To see the map uncomment the following lines:

In [100]:
germany_center_coord = [51.1657, 10.4515]
m = folium.Map(location=germany_center_coord, zoom_start=7)

golf_model = geo_germany_merge[geo_germany_merge['model'] == "golf"]
golf_model_geo = folium.Choropleth(geo_data = golf_model, 
                                      name="Golf", 
                                      data = golf_model, 
                                      columns=["plz", "count"], 
                                      key_on='feature.properties.plz',                                              
                                      highlight = True, 
                                      nan_fill_color='white', 
                                      fill_color="BuGn",
                                      fill_opacity=0.7, 
                                      line_opacity=0.3, 
                                      show=True).add_to(m)
golf_model_geo.geojson.add_child(folium.features.GeoJsonTooltip(["count", "Area"]))

polo_model = geo_germany_merge[geo_germany_merge['model'] == "polo"]
polo_model_geo = folium.Choropleth(geo_data = polo_model, 
                                      name='Polo', 
                                      data = polo_model, 
                                      columns=["plz", "count"], 
                                      key_on='feature.properties.plz',                                              
                                      highlight = True, 
                                      fill_color="PuBu",
                                      nan_fill_color='white', 
                                      fill_opacity=0.7, 
                                      line_opacity=0.3, 
                                      show=False).add_to(m)
polo_model_geo.geojson.add_child(folium.features.GeoJsonTooltip(["count", "Area"]))

folium.LayerControl(position='topright', collapsed=False).add_to(m)
m

In the following image are shown all the Volkswagen factories in Germany. The cars produced in the Wolfsburg Volkswagen Plant are:

  • Volkswagen Golf
  • Volkswagen Golf Sportsvan
  • Volkswagen Golf R
  • Volkswagen Golf GTI
  • Volkswagen Golf GTE
  • Volkswagen e-Golf
  • Volkswagen Touran
  • Volkswagen Tiguan
  • SEAT Tarraco

The car list information was extracted from Wikipedia Wolfsburg Volkswagen Plant and the plants location from The Volkswagen Group: Portrait & Production Plants .

Snow
Snow
Forest

On the maps below are shown the locations where Golf and Polo models of Volkswagen are auctioned mostly. Both of them have an immense number of auctions in the Braunschweig area. Braunschweig region includes Wolfsburg where is the main factory of Volkswagen. After the analysis, I conclude that near the main factories of each brand in Germany, is where the major number of car auctions occur on eBay.

Conclusion

The brands with highest mean price are:

  • audi
  • bmw
  • ford
  • mercedes_benz
  • opel
  • volkswagen

The top ten models are associated to this brands, excepted ford

  • volkswagen golf
  • bmw 3er
  • volkswagen polo
  • opel corsa 1591
  • volkswagen passat
  • audi a4
  • mercedes_benz c_klasse
  • bmw 5er
  • mercedes_benz e_klasse

Germany is the country with most car factories in Europe, from the top 10 models we can see that foreign models aren't sold, It could be considered that German people trust more in national auto brands.

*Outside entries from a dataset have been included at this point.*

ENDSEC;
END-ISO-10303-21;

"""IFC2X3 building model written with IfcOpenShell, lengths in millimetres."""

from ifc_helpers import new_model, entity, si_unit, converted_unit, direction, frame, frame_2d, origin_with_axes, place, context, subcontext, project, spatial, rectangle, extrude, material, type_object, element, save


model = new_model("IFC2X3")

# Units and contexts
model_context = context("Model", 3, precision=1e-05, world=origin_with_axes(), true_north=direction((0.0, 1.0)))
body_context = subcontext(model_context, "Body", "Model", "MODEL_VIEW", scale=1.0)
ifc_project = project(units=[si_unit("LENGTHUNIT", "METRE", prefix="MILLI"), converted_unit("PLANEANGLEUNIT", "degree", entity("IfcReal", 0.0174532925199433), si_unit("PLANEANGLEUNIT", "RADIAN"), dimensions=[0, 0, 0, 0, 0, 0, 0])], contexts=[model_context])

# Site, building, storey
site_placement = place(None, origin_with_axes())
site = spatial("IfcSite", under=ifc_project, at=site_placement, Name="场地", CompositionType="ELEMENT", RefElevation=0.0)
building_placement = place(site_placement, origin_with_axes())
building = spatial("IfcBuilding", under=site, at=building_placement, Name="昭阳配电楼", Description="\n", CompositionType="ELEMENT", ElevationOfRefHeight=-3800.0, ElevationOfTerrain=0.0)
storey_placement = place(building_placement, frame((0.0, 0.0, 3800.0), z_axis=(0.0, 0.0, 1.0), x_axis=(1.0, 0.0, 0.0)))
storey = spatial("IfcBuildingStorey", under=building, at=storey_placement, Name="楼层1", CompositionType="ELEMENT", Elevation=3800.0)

After comparing the mean price of the top 10 models damaged or not, the conclusion arrived is that damaged cars independently the model or brand tends to cost half.

The majority of the cars auctioned on eBay have a manual gearbox, comparing the percentage of the cars auctioned that suffered damage by gearbox type, I can conclude that cars with an automatic gearbox have a high risk to get damaged.

From the geographical analysis the following conclusions are extracted:

  • The major number of auctions of each model tends to be near the main factory of the model brand.
  • From the previous conclusion, one reason could be causing the probability to auction for the newest or in better conditions second-hand car is bigger than further from the main factories.